I guess there is always a risk involved, but probably more buying from a first time private profile with just one object listed, than from a business that sells every day with high rep.
But I guessed it is expected that Nvidia doesn't want to cannibalize the 4080.
It's hard to blame nvidia when nobody seems to be trying to compete with them on the low end of ML and DL.
One issue is price, it costs almost twice as much. Another one is memory bandwidth, RTX 4000 SFF only delivers 320 GB/second. That is much slower than 4070Ti (504 GB/second) and slightly faster than 4060Ti (288 GB/second). Also the clock frequencies are half of 4070Ti, so the compute performance is worse.
Specs: 2x RTX 3090, NVLink Bridge, 128GB DDR4 3200 RAM, Ryzen 7 3700X, X570 SLI mainboard, 2TB M.2 NVMe SSD, air cooled mesh case.
Finding the 3-slot nvlink bridge is hard and it's usually expensive. I think it's not worth it in most cases. I managed to find a cheap used one. Cooling is also a challenge. The cards are 2.7 slots wide and the spacing is usually 3 slots, so there isn't much room. Some people are putting 3d printed shrouds on the back of the PC case to suck the air out of the cards with an extra external fan. Also limiting the power from 350W to 280W or so per card doesn't cost a lot of performance. The CPU is not limiting the performance at all, as long as you have 4 cores per GPU you're good.
2x RTX 3090
128 GB DDR5
Intel core i9 600 series
Z790 Mainboard
I used Intel instead of AMD for the cpu, which pushed my prices higher... but I saved on the back side by skipping the NVLink Bridge.
Good to know I'm not missing much with out the Bridge, since I get about 13tok/s on Llama-65B 4 bit if I push all layers onto the GPU.
ps: ~280W power limit is a good call, it won't heat up your room too much.

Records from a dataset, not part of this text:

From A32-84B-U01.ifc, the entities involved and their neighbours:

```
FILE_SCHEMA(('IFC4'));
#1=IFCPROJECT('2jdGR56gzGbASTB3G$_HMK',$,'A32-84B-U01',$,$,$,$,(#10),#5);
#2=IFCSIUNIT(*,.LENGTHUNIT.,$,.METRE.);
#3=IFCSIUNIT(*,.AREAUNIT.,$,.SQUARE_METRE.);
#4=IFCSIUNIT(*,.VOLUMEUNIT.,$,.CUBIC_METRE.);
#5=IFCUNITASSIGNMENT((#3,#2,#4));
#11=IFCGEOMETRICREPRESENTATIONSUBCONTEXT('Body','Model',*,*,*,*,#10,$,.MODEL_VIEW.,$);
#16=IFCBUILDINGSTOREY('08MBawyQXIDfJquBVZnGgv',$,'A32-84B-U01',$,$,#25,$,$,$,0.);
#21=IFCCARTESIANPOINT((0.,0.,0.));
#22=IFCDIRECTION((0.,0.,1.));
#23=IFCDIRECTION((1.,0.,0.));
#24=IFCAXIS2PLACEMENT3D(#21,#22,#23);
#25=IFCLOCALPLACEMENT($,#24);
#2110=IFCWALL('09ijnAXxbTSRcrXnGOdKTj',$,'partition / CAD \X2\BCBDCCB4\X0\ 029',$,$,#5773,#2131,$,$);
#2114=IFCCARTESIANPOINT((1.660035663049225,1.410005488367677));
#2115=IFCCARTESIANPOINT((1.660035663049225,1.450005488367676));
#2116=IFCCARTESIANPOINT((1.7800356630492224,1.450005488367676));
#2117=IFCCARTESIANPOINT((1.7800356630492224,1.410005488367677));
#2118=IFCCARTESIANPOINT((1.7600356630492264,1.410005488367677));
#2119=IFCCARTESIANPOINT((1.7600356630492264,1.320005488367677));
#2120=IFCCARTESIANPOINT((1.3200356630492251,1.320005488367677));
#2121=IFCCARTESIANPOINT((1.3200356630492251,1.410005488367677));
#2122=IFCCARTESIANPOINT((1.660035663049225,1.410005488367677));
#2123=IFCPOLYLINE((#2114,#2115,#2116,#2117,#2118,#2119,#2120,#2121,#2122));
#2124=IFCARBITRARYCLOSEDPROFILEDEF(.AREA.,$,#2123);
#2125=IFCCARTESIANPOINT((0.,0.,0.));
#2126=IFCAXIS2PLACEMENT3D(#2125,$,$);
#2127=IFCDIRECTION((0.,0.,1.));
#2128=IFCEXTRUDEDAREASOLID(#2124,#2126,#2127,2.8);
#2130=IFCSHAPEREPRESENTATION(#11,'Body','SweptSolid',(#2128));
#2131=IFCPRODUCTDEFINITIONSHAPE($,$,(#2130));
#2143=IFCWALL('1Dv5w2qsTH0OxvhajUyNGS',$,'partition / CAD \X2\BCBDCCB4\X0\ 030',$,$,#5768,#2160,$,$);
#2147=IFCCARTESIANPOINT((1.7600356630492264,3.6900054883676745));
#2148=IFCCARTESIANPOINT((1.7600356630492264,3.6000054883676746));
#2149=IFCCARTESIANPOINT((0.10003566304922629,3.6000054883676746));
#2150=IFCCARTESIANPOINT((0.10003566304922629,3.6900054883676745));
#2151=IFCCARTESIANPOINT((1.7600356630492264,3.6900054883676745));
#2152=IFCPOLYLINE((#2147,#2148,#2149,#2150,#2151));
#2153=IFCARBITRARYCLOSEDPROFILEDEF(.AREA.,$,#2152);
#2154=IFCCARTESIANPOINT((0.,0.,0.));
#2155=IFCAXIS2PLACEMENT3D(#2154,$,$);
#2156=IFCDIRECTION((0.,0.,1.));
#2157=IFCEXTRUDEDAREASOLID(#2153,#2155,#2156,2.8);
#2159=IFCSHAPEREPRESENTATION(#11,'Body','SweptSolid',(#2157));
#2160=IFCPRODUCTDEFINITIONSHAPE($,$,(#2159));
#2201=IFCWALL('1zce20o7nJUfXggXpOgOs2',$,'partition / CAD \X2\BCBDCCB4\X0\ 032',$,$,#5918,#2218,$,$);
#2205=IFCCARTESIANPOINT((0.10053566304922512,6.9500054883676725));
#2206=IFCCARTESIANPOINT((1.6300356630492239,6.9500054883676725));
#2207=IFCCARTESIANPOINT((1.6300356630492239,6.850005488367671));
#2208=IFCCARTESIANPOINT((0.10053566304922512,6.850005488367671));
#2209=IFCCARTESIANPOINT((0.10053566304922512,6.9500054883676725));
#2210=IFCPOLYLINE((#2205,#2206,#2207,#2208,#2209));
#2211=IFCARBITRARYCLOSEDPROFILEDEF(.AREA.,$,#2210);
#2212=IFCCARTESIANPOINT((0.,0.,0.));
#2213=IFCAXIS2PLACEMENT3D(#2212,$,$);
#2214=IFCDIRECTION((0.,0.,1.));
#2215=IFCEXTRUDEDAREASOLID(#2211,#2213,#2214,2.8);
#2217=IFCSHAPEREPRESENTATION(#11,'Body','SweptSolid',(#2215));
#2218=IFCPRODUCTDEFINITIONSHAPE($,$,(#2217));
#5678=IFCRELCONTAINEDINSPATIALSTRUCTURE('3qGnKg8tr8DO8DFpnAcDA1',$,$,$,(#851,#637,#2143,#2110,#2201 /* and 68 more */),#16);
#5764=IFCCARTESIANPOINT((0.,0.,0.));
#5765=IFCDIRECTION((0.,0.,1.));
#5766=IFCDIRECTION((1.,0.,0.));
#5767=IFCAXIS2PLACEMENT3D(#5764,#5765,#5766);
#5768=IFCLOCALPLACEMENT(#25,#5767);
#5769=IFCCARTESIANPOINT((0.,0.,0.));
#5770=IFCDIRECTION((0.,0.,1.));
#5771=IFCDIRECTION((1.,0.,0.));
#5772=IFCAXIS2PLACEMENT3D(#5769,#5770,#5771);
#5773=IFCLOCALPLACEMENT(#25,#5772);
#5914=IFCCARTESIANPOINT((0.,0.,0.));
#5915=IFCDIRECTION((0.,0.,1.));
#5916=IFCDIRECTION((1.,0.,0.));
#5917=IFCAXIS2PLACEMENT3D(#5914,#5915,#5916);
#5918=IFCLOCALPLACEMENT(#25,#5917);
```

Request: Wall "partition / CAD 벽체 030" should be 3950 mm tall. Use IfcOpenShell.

```python
import ifcopenshell
import ifcopenshell.geom
import ifcopenshell.util.representation
import ifcopenshell.util.shape

model = ifcopenshell.open("A32-84B-U01.ifc")
settings = ifcopenshell.geom.settings()


def volume(element):
    """Net volume in cubic metres, openings subtracted."""
    shape = ifcopenshell.geom.create_shape(settings, element)
    return ifcopenshell.util.shape.get_volume(shape.geometry)


wall = model.by_guid("1Dv5w2qsTH0OxvhajUyNGS")
before = volume(wall)

body = ifcopenshell.util.representation.get_representation(wall, "Model", "Body")
solid = body.Items[0]
old_height = solid.Depth
solid.Depth = 3.95
after = volume(wall)

print(f"height {old_height:g} -> {solid.Depth:g}, volume {before:.3f} -> {after:.3f} m3")

model.write("A32-84B-U01_rev.ifc")
```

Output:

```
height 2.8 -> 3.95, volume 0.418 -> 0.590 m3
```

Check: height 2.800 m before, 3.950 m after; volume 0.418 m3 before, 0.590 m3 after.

But after Stable Diffusion came out, I started to play around with it and was pleasantly surprised that the GPU could handle it!
The setup is a little messy, and Linux only.
For someone targeting AI, definitely pick an Nvidia card with 12+ GBs of VRAM.
4090 ($1,600) > 3090 ($1300 new - $600 used) > 3060 ($300)
used 3090 is ideal value. Lots of models will need the 24gb ram
Two, I recommend ignoring electricity cost and using all you can. If it's cheaper now than it ever will be, use it while it's cheap. If it will go down due to renewables, nuclear, etc in the future, it's good to buy up the GPUs while their price is artificially depressed from energy fears.
Third, go for server type PSUs and breakout boards. The server PSUs cant be beaten in watts for your dollar, and are extremely efficient.
Finally, consider scooping up some x79 and x99 xeon boards from Chinese sellers. They're cheap as hell, have PCI lanes out the wazoo, etc. This means you don't have to fool with as many mobos to run the same amount of gpus. If you go this route, don't get the bottom of the barrel no-name motherboards. Machinist is a decent one.
But Nvidias monopoly mean a they cripple their retail cards and push the AI stuff to data centers.
If only there was many manufacturers of AI hardware and software there would be abundant cheap products at every level.
AMD and Intel don’t seem to be able to compete and there’s no sign that will change.
So AI is going to remain expensive and hard to get for a very long time.